**Dataset entries**
• • • • •

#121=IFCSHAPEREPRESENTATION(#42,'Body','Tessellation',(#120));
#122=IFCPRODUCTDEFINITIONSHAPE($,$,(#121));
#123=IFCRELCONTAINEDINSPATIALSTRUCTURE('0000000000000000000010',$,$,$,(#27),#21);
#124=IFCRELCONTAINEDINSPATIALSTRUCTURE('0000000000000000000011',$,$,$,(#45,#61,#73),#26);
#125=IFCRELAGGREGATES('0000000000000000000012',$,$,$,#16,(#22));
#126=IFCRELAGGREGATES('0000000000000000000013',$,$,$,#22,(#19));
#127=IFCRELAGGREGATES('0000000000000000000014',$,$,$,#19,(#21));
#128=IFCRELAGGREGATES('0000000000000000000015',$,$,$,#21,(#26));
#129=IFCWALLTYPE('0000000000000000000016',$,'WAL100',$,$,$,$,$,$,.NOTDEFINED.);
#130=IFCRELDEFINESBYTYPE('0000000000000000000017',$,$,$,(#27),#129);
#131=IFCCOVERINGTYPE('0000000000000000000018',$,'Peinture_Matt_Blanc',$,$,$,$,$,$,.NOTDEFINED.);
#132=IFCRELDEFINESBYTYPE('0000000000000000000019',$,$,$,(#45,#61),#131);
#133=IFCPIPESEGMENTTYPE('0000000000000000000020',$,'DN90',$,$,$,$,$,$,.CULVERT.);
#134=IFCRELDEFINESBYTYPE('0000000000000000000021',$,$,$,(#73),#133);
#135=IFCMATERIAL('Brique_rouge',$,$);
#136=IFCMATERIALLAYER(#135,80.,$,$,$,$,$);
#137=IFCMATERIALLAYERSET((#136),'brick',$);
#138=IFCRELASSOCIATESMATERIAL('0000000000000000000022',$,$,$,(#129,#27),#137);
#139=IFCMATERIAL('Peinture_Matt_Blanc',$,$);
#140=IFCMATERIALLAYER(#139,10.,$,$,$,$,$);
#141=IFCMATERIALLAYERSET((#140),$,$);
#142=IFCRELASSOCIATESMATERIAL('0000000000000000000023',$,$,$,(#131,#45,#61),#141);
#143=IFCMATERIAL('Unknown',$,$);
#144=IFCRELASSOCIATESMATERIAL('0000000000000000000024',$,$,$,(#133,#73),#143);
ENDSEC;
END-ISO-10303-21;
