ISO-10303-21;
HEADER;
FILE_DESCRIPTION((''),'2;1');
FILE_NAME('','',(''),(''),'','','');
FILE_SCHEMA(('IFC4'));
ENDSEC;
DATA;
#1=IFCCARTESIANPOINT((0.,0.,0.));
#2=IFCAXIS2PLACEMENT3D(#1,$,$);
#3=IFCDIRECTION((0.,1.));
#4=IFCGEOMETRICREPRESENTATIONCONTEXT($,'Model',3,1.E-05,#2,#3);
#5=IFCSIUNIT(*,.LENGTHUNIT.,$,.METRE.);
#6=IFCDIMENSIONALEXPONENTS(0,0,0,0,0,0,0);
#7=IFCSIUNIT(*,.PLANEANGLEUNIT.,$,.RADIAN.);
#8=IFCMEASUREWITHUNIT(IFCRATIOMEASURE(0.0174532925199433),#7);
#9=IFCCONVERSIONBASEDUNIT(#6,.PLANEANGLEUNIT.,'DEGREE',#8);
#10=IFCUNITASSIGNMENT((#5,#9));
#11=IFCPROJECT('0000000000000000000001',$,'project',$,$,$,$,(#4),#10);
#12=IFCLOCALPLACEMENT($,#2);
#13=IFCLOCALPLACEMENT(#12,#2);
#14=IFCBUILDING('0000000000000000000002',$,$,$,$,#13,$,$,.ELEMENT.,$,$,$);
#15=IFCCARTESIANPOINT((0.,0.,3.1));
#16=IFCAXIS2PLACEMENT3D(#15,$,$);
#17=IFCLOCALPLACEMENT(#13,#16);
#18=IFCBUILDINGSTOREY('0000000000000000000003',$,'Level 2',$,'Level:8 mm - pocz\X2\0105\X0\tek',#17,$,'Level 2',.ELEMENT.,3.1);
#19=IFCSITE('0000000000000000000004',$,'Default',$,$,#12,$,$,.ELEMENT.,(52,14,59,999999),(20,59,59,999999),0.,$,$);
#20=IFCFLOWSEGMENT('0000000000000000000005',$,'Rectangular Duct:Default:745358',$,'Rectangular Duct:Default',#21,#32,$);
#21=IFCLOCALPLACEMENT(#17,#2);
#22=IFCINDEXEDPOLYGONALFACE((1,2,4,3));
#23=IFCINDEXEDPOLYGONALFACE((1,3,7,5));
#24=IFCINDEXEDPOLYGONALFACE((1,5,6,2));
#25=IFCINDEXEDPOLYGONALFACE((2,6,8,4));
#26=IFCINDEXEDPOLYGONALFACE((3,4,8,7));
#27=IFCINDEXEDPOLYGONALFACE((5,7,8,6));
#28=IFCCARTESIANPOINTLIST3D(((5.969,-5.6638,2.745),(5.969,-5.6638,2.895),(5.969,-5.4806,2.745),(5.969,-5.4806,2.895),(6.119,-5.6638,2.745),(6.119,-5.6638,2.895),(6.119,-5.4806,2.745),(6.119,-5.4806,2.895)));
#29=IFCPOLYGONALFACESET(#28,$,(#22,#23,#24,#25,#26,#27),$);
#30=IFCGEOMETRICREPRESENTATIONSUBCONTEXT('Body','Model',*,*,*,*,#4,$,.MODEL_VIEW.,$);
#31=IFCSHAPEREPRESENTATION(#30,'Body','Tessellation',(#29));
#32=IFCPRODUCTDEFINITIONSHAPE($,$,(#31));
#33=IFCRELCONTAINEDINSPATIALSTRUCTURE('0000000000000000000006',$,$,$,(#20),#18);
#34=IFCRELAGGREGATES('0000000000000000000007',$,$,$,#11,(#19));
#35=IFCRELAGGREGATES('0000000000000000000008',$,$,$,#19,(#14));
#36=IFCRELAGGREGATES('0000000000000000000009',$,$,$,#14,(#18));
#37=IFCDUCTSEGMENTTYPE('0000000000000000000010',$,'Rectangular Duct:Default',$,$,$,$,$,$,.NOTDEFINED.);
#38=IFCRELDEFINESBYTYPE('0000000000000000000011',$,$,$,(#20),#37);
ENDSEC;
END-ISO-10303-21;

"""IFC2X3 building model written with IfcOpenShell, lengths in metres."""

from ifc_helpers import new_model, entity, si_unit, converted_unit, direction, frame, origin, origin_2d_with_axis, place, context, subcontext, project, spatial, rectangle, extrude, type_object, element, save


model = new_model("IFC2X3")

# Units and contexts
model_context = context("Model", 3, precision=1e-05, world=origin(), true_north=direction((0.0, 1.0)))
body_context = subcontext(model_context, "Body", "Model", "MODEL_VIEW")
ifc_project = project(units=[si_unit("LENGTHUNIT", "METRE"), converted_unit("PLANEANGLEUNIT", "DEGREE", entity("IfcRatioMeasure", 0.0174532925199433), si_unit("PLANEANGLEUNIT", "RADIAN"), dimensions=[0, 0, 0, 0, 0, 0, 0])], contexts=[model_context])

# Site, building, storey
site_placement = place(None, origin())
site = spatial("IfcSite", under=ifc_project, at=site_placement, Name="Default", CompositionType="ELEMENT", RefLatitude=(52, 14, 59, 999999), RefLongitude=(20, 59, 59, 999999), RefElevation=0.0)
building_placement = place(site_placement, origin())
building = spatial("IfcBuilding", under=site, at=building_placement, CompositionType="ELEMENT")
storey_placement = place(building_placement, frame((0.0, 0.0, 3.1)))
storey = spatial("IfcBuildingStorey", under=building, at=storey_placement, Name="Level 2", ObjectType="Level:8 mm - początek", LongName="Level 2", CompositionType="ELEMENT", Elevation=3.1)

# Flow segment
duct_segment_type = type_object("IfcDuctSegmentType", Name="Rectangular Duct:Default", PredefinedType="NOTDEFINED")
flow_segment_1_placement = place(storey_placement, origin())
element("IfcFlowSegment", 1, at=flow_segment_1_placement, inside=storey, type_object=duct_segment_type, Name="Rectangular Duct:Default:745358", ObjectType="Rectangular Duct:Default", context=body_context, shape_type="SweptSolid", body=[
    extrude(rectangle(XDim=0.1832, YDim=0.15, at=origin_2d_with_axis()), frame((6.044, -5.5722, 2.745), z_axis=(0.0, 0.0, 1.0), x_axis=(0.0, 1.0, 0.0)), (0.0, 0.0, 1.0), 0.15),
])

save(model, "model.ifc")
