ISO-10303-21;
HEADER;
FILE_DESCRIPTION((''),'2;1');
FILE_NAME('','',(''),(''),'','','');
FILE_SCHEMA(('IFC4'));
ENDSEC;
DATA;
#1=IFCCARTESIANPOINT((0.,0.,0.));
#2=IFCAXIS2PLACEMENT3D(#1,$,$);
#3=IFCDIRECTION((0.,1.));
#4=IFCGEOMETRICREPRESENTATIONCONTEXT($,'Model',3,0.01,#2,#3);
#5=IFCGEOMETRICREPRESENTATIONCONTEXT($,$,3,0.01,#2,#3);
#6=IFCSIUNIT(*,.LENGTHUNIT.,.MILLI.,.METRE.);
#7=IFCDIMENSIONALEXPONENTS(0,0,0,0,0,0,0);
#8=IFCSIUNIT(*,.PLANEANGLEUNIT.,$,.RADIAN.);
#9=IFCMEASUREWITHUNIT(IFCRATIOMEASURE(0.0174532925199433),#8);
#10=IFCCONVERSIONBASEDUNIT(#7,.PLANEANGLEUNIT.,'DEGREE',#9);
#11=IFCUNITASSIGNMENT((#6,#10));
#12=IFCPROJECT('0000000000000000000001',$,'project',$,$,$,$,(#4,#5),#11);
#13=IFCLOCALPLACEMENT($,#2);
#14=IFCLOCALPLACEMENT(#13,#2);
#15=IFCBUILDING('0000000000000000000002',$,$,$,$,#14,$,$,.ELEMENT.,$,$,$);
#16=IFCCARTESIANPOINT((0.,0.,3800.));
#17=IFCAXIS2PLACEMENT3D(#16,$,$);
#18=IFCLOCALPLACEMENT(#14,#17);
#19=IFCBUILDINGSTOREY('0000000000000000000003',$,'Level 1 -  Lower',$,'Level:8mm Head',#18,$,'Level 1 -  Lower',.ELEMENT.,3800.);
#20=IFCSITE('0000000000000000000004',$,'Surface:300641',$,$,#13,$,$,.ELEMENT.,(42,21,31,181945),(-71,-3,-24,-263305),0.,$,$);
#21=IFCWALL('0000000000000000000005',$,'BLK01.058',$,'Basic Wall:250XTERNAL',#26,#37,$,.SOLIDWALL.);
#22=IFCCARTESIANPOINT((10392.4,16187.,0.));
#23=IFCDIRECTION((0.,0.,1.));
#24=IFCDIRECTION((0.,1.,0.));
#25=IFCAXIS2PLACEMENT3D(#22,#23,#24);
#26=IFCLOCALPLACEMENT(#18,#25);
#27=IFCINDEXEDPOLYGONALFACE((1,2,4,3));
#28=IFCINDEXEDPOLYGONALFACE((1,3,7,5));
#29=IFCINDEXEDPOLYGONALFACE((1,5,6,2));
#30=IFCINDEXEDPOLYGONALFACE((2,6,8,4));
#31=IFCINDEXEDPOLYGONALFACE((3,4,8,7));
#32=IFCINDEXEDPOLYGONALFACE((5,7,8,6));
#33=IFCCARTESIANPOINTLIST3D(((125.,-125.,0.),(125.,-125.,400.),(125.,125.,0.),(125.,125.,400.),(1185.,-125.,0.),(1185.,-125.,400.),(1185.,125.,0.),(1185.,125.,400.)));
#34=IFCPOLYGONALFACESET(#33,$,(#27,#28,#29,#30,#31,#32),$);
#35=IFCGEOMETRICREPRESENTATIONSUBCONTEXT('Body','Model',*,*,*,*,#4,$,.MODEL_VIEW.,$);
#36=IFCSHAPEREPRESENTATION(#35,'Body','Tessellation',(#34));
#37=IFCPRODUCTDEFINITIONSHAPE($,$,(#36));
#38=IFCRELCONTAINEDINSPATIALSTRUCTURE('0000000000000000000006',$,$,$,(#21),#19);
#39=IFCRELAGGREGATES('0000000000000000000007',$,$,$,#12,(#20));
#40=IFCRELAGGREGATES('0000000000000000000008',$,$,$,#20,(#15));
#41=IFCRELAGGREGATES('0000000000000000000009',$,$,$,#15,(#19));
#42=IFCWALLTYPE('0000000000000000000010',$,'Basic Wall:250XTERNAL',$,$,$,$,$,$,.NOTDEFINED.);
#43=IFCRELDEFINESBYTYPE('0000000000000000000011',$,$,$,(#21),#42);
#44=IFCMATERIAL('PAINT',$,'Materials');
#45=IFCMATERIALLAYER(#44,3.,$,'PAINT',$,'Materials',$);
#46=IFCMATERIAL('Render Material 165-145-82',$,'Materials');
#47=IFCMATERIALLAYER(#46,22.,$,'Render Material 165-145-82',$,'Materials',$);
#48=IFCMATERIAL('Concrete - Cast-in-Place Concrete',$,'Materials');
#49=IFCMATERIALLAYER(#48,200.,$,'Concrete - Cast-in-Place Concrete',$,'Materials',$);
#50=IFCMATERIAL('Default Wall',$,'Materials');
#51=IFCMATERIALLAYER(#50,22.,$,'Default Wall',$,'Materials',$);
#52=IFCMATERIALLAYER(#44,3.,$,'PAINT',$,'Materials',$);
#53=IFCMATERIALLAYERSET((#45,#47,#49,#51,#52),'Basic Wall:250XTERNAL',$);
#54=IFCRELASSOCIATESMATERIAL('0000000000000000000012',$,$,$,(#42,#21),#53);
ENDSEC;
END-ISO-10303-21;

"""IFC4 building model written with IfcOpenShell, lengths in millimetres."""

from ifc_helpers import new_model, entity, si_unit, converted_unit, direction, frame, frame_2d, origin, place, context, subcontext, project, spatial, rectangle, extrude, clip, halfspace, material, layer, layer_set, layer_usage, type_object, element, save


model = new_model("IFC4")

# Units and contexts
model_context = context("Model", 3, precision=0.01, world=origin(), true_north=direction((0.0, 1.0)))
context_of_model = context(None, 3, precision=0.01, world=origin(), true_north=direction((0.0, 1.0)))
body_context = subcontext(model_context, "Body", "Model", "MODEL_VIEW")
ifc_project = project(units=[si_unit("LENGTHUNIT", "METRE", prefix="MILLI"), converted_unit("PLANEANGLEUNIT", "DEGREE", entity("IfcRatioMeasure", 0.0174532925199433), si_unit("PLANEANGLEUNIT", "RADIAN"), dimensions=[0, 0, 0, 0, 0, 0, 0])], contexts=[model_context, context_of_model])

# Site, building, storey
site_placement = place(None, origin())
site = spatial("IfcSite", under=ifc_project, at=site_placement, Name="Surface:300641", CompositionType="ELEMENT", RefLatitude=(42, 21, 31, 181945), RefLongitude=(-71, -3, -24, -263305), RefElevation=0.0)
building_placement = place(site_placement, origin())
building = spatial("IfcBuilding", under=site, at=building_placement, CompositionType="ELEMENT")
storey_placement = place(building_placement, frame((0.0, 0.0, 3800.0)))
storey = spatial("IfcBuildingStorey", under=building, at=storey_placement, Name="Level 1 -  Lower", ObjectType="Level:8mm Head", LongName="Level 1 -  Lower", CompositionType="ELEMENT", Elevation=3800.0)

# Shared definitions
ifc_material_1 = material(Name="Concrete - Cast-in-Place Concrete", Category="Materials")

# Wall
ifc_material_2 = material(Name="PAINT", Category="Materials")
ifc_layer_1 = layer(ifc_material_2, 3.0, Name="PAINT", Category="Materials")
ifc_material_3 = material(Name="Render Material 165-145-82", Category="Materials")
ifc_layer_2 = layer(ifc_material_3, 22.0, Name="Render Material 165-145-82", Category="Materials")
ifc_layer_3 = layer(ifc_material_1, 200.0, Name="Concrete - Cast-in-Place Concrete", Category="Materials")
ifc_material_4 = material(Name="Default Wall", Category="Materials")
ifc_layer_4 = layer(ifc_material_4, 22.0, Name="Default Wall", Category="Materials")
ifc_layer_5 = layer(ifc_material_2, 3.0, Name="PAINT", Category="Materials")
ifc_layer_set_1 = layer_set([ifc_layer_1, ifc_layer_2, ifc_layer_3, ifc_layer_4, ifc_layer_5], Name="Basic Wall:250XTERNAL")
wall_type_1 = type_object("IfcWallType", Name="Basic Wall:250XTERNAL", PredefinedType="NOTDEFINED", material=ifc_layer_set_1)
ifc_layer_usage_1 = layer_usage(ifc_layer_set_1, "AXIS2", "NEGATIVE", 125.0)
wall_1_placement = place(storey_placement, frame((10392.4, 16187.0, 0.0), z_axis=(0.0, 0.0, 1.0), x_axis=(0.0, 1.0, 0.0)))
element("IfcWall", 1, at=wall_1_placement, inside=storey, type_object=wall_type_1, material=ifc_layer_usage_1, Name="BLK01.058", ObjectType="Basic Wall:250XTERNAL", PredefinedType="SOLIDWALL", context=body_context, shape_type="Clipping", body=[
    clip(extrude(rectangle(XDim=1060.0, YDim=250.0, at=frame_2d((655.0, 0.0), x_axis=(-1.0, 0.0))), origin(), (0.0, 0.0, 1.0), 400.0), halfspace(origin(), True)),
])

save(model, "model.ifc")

• • • • •

**What you should do**
The lines to return are those with the string "IFCUNITASSIGNMENT" in them; copy each from the entries above.

**Answer for this exercise**
#10=IFCUNITASSIGNMENT((#5,#9));
#11=IFCUNITASSIGNMENT((#6,#10));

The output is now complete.